# Psalm 130



## jaybird0827 (Aug 12, 2006)

_A Song of degrees._ 


> This psalm contains, (1.) David's earnest cries to God, out of the depths of corruption, desertion, temptation, or trouble, ver. 1-2. (2.) His ingenuous repentance, in the faith of God's merciful forgiveness, ver. 3-4. (3.) His attentive waiting on God for his favours, ver. 5-6. (4.) His encouraging expectations from God, ver. 7-8.
> 
> While I sing, let my soul go and do likewise. While the unbounded mercy and plenteous redemption of Jehovah remains unexhausted, let my soul cry mightily in every trouble; believe forgiveness under the deepest sense of guilt; and quietly hope and wait for the salvation of God. Let never hopeless despair steel my heart against a God of grace.
> [align=center]John Brown of Haddington[/align]




Psalm 130

Tune: Martyrdom -attached

1 Lord, from the depths to thee I cry'd.
2 My voice, Lord, do thou hear:
Unto my supplication's voice
give an attentive ear.

3 Lord, who shall stand, if thou, O Lord,
should'st mark iniquity?
4 But yet with thee forgiveness is,
that fear'd thou mayest be.

5 I wait for God, my soul doth wait,
my hope is in his word.
6 More than they that for morning watch,
my soul waits for the Lord;

I say, more than they that do watch
the morning light to see.
7 Let Israel hope in the Lord,
for with him mercies be;

And plenteous redemption
is ever found with him.
8 And from all his iniquities
he Isr'el shall redeem.


----------



## jaybird0827 (Aug 12, 2006)

Andrew - FYI,

Just ordered a copy of _The Psalms in History and Biography_ by John Ker.

I am looking forward to . Thank you for the the link.


----------



## VirginiaHuguenot (Aug 12, 2006)

Excellent! You're welcome, Jay! I trust that book will be a blessing to you as it has been to me.

Psalm 130 was referred to by Luther as _Psalmi Paulini_. It was notable in the lives of John Owen, Jonathan Edwards and others (their stories are found in the book). 

For me, verses 3-4 and 7-8 capture the heart of the gospel. What a precious psalm. God be praised for his plenteous mercies!


----------



## jaybird0827 (Aug 12, 2006)

> _Originally posted by VirginiaHuguenot_
> Excellent! Psalm 130 was referred to by Luther as _Psalmi Paulini_.


I'd like to know more about that. I can see it in Paul's life.


> It was notable in the lives of John Owen, Jonathan Edwards and others (their stories are found in the book).
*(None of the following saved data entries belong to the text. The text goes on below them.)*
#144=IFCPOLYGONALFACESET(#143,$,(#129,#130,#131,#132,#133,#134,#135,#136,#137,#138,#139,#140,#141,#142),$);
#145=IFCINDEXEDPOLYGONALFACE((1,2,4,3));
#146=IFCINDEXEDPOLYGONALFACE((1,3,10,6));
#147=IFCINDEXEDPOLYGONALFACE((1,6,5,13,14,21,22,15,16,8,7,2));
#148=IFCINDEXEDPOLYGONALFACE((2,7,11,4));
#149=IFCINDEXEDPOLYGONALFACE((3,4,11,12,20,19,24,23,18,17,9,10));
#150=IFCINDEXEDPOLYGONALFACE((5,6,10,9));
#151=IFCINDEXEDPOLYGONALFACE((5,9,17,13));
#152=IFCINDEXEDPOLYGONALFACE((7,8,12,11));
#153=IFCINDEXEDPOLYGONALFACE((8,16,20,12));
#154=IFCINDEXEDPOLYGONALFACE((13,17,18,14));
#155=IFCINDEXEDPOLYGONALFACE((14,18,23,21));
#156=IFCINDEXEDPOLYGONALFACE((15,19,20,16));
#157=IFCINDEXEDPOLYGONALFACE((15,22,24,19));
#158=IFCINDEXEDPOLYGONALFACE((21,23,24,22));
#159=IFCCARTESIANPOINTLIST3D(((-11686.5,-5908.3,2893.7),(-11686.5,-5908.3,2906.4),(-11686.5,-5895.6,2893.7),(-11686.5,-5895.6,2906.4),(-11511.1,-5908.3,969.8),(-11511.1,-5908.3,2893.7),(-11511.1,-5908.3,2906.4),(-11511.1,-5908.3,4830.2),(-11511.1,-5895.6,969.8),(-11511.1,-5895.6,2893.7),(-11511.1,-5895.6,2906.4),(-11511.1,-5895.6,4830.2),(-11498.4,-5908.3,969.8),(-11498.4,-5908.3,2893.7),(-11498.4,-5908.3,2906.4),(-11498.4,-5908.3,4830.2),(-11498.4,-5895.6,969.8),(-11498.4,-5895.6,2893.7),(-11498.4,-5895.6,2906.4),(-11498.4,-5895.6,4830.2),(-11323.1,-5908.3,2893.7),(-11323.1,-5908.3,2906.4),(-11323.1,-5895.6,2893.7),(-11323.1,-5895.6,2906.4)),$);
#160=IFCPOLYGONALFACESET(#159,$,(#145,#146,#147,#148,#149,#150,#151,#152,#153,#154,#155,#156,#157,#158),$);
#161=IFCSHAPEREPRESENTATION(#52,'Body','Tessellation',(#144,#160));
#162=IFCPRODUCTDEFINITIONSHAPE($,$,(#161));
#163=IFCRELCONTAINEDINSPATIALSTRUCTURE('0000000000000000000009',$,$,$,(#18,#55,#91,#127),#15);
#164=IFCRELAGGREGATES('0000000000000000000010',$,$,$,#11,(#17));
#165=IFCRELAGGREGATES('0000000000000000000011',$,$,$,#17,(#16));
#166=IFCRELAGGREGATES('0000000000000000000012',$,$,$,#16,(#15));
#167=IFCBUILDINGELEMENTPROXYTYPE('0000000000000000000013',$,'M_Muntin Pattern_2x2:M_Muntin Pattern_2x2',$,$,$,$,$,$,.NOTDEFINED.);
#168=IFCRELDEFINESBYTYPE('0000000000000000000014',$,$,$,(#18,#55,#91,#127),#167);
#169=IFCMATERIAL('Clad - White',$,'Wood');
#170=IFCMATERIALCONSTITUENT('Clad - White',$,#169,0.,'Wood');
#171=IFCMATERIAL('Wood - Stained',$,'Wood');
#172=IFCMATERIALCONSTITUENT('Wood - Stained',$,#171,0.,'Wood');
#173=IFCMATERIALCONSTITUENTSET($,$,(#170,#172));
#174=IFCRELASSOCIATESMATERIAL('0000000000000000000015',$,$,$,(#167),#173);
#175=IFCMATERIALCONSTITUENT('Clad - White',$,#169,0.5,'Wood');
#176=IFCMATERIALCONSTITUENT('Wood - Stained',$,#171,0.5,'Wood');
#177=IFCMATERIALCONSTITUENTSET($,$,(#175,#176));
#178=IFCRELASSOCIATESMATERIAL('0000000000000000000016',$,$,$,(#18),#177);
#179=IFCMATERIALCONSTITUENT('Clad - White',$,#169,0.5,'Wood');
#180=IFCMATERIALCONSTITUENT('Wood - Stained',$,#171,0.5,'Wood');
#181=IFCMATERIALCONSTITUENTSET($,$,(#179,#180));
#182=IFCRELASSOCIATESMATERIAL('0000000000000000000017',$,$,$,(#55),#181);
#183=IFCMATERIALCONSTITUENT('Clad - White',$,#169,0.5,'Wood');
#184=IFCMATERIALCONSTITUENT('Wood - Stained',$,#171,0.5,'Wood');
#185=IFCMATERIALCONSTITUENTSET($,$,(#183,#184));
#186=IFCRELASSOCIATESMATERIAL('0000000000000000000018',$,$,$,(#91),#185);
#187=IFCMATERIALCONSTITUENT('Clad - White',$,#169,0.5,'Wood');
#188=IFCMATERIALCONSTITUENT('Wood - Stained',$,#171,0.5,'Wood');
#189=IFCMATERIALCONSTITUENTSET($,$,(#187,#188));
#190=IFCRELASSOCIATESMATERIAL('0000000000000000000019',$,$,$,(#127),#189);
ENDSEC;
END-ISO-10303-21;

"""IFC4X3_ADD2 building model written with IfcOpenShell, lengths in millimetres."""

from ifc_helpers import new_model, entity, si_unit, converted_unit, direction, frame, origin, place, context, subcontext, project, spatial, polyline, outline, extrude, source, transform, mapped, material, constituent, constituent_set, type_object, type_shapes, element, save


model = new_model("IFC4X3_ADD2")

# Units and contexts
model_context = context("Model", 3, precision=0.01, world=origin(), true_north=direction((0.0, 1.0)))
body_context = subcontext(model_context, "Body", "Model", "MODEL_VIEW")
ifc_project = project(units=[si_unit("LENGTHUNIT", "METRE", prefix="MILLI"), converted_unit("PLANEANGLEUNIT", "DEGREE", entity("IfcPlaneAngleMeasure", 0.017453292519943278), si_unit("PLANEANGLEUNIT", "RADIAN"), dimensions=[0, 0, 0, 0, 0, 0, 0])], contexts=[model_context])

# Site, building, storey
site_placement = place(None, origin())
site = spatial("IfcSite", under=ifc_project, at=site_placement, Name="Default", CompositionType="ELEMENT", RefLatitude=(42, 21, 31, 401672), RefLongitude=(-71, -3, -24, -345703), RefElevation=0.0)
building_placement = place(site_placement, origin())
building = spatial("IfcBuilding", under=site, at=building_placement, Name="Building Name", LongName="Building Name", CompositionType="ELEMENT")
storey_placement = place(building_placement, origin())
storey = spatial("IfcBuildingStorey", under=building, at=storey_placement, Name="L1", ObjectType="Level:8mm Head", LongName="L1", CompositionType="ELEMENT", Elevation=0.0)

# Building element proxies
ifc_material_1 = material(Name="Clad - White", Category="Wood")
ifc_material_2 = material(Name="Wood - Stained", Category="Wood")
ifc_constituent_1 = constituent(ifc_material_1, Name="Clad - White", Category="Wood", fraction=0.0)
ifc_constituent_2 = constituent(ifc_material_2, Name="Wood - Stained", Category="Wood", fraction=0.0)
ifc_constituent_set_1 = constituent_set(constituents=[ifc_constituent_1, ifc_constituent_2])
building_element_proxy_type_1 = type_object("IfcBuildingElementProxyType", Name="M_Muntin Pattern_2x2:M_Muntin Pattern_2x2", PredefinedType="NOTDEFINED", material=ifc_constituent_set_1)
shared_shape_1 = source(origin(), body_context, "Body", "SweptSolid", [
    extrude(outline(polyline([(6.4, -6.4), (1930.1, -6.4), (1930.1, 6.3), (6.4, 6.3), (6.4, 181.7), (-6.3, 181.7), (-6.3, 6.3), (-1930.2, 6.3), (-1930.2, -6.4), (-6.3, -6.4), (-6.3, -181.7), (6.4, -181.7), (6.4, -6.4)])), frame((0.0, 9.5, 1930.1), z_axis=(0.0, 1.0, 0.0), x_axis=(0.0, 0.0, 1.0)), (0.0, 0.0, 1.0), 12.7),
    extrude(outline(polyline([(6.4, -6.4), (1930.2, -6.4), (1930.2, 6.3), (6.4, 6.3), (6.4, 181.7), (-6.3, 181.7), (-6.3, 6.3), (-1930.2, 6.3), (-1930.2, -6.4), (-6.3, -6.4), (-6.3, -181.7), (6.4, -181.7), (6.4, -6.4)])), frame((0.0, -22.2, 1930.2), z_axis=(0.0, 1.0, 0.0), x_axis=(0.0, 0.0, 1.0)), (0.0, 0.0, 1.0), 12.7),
Your whetting my appetite, brother.  I'm hoping that the book will ship as early as Monday.


> For me, verses 3-4 and 7-8 capture the heart of the gospel. What a precious psalm. God be praised for his plenteous mercies!


 It is *God* who redeems Israel; God redeems *Israel*, a peculiar people; a holy nation. I have always been struck by the words "there is forgiveness with thee, that thou mayest be ffeared." It is the redeemed, the forgiven, who truly fear God.


----------



## VirginiaHuguenot (Aug 12, 2006)

From Spurgeon's _Treasury of David_ on Ps. 32:



> It is told of Luther that one day being asked which of all the Psalms were the best, he made answer, "_Psalmi Paulini_, " and when his friends pressed to know which these might be, he said, "The 32nd, the 51st, the 130th, and the 143rd. For they all teach that the forgiveness of our sins comes, without the law and without works, to the man who believes, and therefore I call them Pauline Psalms; and David sings, `There is forgiveness with thee, that thou mayest be feared, 'this is just what Paul says, `God hath concluded them all in unbelief, that he might have mercy upon all.' Ro 11:32. Thus no man may boast of his own righteousness. That word, `That thou mayest be feared, 'dusts away all merit, and teaches us to uncover our heads before God, and confess _gratia est, non meritum: remissio, non satisfactio_; it is mere forgiveness, not merit at all." _Luther's Table Talk_.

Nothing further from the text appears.